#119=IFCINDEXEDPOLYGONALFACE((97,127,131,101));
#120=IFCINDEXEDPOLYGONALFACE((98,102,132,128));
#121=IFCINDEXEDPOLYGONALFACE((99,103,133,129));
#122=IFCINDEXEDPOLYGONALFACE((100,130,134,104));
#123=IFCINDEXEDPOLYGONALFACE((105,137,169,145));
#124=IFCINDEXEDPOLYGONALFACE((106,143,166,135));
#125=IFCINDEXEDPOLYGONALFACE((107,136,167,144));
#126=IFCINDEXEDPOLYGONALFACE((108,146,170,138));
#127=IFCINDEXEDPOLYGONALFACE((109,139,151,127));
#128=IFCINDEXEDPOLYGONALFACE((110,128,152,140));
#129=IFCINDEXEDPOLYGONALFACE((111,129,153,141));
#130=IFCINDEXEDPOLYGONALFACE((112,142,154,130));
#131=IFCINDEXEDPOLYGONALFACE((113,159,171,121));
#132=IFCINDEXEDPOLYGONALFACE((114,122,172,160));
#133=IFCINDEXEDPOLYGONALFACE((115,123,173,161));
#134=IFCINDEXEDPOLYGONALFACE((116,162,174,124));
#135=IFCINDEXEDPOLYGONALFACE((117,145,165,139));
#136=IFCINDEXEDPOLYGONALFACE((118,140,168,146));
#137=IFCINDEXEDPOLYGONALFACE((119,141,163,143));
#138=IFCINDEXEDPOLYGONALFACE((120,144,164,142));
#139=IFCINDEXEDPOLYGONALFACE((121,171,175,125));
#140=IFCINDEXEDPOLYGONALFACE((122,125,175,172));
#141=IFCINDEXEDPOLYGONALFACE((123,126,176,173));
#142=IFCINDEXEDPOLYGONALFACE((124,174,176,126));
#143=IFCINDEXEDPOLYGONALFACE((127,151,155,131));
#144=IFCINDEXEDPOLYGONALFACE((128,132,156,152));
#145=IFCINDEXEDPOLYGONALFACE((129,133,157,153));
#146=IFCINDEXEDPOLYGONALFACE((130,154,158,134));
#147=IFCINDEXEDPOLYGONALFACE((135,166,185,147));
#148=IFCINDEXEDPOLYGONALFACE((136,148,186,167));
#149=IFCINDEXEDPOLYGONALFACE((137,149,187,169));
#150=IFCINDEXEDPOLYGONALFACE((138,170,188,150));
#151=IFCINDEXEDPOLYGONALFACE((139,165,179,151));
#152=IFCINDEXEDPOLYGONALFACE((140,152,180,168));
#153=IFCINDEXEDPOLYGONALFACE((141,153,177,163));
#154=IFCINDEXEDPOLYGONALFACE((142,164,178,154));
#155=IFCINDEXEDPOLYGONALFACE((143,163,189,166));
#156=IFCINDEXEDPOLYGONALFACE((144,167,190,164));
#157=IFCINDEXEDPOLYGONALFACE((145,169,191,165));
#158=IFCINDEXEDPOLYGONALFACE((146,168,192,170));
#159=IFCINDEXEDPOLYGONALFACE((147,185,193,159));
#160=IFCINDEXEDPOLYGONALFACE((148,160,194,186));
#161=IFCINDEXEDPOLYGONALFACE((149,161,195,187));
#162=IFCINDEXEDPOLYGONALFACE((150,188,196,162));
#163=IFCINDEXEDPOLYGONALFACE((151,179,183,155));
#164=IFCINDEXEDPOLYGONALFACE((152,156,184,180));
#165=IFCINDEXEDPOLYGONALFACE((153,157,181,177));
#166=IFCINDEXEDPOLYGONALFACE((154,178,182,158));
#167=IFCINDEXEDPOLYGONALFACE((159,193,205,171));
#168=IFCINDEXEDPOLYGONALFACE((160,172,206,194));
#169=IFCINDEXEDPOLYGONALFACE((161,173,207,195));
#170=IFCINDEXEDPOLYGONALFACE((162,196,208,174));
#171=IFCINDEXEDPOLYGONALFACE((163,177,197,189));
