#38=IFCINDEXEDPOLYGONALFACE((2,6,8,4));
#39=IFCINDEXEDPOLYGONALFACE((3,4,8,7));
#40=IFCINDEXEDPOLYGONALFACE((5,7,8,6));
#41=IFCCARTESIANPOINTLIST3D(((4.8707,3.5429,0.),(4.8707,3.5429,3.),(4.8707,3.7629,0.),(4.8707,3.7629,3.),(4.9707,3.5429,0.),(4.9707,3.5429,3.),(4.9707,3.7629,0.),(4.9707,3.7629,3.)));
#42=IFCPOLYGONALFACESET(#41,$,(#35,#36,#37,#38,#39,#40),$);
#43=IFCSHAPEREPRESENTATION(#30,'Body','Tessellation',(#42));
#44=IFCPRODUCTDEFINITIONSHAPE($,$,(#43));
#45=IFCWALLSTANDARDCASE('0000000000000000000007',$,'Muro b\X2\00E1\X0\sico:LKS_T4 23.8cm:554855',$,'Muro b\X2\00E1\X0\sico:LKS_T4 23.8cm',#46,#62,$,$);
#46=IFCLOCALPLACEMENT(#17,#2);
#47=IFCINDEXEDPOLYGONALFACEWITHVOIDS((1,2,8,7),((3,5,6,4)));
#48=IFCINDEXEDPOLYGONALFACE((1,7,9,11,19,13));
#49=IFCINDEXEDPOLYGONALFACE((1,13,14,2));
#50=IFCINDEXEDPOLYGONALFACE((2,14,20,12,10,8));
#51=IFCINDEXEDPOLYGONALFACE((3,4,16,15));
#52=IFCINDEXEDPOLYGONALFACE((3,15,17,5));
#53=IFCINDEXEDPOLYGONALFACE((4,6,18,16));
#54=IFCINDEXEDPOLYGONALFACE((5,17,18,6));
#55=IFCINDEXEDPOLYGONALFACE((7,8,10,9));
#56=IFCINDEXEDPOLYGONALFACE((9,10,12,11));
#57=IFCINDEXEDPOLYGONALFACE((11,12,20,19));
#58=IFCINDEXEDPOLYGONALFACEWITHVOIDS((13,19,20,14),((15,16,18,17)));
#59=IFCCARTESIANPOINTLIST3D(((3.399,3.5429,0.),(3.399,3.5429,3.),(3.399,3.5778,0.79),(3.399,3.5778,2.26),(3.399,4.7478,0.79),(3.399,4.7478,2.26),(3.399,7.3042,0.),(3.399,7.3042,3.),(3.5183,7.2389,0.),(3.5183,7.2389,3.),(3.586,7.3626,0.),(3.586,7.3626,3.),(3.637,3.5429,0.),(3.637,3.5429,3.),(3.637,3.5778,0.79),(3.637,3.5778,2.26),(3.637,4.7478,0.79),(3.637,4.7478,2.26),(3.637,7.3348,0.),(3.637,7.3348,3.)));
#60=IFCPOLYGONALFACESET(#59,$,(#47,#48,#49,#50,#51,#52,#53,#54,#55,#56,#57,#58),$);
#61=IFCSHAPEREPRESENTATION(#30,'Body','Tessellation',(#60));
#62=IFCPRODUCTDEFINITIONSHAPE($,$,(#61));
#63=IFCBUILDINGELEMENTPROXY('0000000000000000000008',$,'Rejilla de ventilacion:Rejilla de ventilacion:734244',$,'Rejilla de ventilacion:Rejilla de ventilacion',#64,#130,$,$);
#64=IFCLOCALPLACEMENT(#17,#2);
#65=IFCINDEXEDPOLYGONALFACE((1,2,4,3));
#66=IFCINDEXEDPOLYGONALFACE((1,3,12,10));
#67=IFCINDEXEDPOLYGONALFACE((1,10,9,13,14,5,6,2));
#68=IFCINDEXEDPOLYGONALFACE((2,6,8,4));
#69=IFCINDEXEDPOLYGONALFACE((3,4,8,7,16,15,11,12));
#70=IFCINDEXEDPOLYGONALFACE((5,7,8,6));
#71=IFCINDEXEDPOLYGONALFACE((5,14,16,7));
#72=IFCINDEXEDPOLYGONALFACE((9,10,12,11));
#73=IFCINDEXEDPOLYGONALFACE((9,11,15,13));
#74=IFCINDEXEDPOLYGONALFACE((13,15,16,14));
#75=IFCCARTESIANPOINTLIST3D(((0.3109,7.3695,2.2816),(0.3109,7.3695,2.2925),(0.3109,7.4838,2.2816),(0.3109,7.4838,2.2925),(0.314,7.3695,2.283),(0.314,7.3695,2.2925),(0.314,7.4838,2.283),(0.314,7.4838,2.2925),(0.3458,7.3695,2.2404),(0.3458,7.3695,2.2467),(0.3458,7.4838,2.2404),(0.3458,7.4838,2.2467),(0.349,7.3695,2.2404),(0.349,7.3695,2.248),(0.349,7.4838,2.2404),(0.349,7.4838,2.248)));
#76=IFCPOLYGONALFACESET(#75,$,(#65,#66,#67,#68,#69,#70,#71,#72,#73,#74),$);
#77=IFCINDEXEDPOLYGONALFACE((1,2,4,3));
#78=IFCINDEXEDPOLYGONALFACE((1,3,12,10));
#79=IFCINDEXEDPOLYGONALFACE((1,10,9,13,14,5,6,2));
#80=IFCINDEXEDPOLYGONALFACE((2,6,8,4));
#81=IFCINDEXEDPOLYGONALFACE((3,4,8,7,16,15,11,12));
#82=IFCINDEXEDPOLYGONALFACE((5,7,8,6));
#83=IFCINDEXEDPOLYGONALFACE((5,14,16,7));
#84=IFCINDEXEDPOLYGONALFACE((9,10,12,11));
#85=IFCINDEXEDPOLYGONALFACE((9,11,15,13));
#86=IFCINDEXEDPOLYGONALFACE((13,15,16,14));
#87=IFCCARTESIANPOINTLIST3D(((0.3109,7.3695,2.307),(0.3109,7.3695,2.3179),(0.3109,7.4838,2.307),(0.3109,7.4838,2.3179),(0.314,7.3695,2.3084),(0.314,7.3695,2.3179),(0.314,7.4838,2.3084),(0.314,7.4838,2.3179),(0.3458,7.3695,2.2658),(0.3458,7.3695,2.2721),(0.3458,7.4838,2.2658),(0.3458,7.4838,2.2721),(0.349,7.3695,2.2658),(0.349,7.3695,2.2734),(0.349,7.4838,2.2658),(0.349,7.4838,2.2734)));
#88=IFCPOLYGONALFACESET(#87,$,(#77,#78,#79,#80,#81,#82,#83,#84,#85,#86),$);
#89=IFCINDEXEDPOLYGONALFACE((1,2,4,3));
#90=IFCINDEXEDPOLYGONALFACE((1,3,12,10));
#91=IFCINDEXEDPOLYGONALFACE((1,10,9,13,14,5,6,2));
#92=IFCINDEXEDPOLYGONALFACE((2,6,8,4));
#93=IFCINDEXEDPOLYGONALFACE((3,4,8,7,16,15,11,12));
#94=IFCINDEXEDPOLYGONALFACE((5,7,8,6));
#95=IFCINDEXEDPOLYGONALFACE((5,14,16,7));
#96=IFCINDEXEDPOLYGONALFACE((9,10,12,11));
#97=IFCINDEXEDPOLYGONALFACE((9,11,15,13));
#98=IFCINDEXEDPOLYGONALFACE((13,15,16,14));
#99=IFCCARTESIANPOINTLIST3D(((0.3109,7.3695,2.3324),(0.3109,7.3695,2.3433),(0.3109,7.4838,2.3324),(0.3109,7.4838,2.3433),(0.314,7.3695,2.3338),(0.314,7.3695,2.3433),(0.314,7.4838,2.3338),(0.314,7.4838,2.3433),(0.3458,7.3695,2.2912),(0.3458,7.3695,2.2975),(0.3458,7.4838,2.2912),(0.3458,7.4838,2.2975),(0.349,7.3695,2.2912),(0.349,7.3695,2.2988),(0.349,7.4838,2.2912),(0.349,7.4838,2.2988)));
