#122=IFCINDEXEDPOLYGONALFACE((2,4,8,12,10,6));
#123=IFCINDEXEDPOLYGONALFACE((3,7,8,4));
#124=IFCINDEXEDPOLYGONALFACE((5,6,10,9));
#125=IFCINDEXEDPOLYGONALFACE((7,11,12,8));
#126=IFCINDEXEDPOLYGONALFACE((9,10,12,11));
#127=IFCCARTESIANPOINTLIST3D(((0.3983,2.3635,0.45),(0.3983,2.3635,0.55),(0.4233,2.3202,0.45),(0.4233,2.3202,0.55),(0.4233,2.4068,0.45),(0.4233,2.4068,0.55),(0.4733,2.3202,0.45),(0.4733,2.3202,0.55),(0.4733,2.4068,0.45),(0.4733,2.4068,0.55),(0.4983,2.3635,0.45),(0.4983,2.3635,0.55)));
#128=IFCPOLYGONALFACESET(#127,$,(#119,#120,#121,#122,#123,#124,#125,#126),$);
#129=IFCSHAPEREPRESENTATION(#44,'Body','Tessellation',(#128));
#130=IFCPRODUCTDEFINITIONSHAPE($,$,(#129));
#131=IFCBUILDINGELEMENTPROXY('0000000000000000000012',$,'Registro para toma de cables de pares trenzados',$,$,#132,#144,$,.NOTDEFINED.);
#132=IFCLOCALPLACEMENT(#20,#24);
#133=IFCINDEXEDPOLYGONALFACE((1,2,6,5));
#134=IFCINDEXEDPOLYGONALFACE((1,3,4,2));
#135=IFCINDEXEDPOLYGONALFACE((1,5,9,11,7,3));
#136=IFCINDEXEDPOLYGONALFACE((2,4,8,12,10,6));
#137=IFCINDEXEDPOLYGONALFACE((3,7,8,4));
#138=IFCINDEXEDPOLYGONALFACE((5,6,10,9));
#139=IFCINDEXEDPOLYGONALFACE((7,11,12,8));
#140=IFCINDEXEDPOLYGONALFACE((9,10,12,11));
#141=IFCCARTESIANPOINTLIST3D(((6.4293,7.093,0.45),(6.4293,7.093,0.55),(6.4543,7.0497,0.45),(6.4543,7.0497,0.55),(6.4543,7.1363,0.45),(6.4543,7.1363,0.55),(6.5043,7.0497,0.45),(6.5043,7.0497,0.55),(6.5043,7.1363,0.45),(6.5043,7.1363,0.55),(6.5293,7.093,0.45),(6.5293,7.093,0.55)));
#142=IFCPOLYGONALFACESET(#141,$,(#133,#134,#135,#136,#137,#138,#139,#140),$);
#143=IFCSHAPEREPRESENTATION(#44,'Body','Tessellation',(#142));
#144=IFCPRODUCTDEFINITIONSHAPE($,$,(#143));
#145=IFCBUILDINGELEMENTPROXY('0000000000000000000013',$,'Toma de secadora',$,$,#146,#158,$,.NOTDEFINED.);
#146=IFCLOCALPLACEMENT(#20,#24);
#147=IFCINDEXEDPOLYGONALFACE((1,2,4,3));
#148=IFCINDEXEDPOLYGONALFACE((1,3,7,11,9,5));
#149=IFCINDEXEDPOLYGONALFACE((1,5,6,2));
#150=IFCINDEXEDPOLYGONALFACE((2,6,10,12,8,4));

──────────────────────────────

- **What is being asked**:
Using the material above, transcribe exactly the lines from the line with "#68=IFCINDEXEDPOLYGONALFACE((2,6,8,4));" to the line with "#74=IFCINDEXEDPOLYGONALFACE((13,15,16,14));"; both count, and nothing else goes in.

- **Answer to this exercise**:
#68=IFCINDEXEDPOLYGONALFACE((2,6,8,4));
#69=IFCINDEXEDPOLYGONALFACE((3,4,8,7,16,15,11,12));
#70=IFCINDEXEDPOLYGONALFACE((5,7,8,6));
#71=IFCINDEXEDPOLYGONALFACE((5,14,16,7));
#72=IFCINDEXEDPOLYGONALFACE((9,10,12,11));
#73=IFCINDEXEDPOLYGONALFACE((9,11,15,13));
#74=IFCINDEXEDPOLYGONALFACE((13,15,16,14));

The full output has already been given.